Pull every line containing "IFCGEOMETRICREPRESENTATIONSUBCONTEXT" from the entries.

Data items
========================
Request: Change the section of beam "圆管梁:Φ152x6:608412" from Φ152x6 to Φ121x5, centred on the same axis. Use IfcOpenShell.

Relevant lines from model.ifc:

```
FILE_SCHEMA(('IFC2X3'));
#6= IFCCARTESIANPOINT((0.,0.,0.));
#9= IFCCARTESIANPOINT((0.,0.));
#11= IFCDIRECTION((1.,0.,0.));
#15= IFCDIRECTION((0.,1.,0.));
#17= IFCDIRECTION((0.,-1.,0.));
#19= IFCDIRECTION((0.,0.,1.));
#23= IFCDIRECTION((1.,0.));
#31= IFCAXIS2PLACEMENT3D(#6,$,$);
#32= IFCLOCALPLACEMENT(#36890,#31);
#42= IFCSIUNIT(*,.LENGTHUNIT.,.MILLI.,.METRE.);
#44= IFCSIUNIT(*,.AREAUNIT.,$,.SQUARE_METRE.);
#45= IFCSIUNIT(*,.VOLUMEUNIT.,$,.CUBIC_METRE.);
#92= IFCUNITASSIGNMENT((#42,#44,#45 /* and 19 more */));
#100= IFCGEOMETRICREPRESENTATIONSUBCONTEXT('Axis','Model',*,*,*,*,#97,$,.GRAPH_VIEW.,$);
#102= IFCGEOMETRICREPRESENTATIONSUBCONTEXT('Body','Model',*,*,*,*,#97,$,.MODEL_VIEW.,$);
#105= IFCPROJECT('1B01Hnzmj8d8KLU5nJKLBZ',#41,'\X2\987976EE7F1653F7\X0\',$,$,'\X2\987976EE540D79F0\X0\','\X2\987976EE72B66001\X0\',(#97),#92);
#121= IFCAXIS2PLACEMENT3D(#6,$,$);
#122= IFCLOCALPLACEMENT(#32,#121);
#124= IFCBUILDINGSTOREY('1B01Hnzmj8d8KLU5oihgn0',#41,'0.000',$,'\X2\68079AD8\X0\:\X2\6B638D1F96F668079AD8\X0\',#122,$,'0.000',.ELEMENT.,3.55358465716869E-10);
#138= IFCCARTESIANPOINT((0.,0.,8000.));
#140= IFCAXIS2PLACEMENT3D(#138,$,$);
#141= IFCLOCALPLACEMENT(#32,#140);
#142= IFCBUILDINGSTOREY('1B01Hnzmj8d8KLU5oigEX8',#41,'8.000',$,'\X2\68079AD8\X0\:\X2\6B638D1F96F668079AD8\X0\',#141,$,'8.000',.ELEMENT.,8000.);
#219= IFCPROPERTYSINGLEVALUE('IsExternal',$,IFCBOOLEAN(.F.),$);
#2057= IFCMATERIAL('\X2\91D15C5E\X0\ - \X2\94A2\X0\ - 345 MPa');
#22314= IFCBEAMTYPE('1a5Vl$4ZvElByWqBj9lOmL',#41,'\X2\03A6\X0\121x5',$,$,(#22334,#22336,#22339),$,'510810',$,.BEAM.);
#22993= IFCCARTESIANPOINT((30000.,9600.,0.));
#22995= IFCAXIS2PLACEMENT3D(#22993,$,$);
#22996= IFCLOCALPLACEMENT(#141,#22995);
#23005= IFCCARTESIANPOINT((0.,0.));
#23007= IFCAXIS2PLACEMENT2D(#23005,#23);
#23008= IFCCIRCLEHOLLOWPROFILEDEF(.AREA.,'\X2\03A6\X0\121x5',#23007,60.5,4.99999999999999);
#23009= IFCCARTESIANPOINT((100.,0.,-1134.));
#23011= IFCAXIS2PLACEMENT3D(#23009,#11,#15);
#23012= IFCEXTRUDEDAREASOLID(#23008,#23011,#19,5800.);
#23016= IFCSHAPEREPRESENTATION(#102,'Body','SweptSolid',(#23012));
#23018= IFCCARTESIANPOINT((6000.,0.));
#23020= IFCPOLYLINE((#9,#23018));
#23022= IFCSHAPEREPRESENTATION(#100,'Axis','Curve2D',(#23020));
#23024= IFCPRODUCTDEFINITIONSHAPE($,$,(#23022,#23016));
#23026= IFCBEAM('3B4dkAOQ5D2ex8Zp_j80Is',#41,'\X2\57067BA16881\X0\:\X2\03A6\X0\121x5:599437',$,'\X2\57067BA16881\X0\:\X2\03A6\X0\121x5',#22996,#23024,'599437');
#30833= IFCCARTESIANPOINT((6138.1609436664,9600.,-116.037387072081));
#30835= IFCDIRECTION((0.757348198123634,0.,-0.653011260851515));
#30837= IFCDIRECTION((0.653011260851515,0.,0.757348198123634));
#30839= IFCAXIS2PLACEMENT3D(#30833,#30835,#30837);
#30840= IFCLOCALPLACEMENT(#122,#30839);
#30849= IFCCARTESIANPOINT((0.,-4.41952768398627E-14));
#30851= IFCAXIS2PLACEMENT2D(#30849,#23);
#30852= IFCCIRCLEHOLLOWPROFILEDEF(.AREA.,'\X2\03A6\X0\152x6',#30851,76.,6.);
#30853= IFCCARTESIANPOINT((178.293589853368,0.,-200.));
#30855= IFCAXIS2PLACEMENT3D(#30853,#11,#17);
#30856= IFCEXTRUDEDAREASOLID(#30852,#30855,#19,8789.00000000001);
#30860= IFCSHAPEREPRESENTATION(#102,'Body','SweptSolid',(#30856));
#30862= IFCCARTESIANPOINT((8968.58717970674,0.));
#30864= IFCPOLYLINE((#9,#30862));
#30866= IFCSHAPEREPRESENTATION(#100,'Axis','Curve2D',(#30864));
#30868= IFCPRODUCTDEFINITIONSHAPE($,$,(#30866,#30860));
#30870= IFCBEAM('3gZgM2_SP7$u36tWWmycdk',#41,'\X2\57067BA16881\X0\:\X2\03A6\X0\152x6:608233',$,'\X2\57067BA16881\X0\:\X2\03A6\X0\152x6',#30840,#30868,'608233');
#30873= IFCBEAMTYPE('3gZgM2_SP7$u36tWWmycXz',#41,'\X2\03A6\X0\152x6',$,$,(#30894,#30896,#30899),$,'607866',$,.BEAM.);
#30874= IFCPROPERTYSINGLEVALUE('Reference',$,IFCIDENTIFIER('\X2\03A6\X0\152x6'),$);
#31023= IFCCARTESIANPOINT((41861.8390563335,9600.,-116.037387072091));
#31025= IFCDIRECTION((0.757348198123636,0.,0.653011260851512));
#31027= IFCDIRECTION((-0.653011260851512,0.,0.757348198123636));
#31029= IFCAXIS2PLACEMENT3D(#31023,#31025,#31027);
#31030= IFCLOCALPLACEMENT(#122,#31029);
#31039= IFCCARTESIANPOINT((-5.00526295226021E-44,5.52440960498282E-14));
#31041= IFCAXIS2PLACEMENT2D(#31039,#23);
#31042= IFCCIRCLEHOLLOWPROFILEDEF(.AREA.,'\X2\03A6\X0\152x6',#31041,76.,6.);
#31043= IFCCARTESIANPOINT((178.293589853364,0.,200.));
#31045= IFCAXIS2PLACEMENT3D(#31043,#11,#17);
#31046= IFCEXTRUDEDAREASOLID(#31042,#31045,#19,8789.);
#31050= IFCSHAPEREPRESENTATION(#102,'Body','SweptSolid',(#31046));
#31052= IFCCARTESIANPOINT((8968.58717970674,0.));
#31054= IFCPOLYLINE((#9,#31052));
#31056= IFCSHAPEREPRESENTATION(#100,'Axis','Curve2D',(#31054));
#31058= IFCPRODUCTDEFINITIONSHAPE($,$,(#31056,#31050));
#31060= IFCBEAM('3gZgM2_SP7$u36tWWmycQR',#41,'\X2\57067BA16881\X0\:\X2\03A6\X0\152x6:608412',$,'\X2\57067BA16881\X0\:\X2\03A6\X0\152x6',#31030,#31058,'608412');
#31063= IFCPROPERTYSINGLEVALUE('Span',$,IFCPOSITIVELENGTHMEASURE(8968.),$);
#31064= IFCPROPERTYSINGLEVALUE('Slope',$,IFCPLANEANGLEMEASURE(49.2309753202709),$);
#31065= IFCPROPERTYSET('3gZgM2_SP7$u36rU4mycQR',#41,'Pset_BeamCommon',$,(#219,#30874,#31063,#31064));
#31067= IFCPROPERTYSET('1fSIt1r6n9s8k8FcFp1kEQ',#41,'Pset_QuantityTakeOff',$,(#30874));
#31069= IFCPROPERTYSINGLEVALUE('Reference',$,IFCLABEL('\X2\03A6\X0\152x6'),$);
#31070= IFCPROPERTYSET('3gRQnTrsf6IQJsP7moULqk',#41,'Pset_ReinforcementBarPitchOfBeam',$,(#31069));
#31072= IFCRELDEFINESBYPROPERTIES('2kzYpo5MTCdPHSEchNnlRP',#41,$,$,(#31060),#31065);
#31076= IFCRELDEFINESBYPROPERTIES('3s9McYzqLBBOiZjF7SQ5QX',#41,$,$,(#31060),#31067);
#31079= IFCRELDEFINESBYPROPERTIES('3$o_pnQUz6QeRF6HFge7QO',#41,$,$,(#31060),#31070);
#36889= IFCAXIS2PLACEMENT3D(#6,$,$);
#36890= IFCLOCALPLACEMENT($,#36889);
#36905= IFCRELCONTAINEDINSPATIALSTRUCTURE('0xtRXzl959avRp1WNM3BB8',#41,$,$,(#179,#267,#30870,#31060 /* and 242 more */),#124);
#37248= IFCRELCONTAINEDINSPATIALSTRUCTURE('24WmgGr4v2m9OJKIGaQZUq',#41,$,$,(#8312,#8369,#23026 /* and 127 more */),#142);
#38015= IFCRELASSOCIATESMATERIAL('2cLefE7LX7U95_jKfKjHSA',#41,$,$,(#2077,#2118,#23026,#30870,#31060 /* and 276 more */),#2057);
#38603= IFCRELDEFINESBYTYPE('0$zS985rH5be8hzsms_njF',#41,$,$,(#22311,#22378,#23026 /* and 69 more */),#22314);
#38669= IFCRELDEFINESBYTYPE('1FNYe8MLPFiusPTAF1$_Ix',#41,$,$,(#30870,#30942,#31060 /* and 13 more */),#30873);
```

```python
import ifcopenshell
import ifcopenshell.api.pset
import ifcopenshell.api.type
import ifcopenshell.util.element
import ifcopenshell.util.representation

model = ifcopenshell.open("model.ifc")

member = model.by_guid("3gZgM2_SP7$u36tWWmycQR")
source = next(p for p in model.by_type("IfcCircleHollowProfileDef") if p.ProfileName == "Φ121x5")

body = ifcopenshell.util.representation.get_representation(member, "Model", "Body")
solid = body.Items[0]
old_profile = solid.SweptArea

# Copy the section's sizes but keep this member's own profile position.
profile = ifcopenshell.util.element.copy(model, source)
profile.Position = old_profile.Position
solid.SweptArea = profile
if not model.get_total_inverses(old_profile):
    ifcopenshell.util.element.remove_deep2(model, old_profile)

new_type = model.by_guid("1a5Vl$4ZvElByWqBj9lOmL")
ifcopenshell.api.type.assign_type(
    model, related_objects=[member], relating_type=new_type, should_map_representations=False
)
member.Name = member.Name.replace("Φ152x6", "Φ121x5")
member.ObjectType = "圆管梁:Φ121x5"
pset = model.by_id(ifcopenshell.util.element.get_pset(member, "Pset_BeamCommon", should_inherit=False)["id"])
ifcopenshell.api.pset.edit_pset(model, pset=pset, properties={"Reference": "Φ121x5"})
pset = model.by_id(ifcopenshell.util.element.get_pset(member, "Pset_QuantityTakeOff", should_inherit=False)["id"])
ifcopenshell.api.pset.edit_pset(model, pset=pset, properties={"Reference": "Φ121x5"})
pset = model.by_id(ifcopenshell.util.element.get_pset(member, "Pset_ReinforcementBarPitchOfBeam", should_inherit=False)["id"])
ifcopenshell.api.pset.edit_pset(model, pset=pset, properties={"Reference": "Φ121x5"})

print(solid.SweptArea)

model.write("model_edited.ifc")
```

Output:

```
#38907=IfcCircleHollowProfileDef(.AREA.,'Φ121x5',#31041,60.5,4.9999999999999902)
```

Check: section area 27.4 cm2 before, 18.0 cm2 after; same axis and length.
========================
-- Answer to this exercise --
#100= IFCGEOMETRICREPRESENTATIONSUBCONTEXT('Axis','Model',*,*,*,*,#97,$,.GRAPH_VIEW.,$);
#102= IFCGEOMETRICREPRESENTATIONSUBCONTEXT('Body','Model',*,*,*,*,#97,$,.MODEL_VIEW.,$);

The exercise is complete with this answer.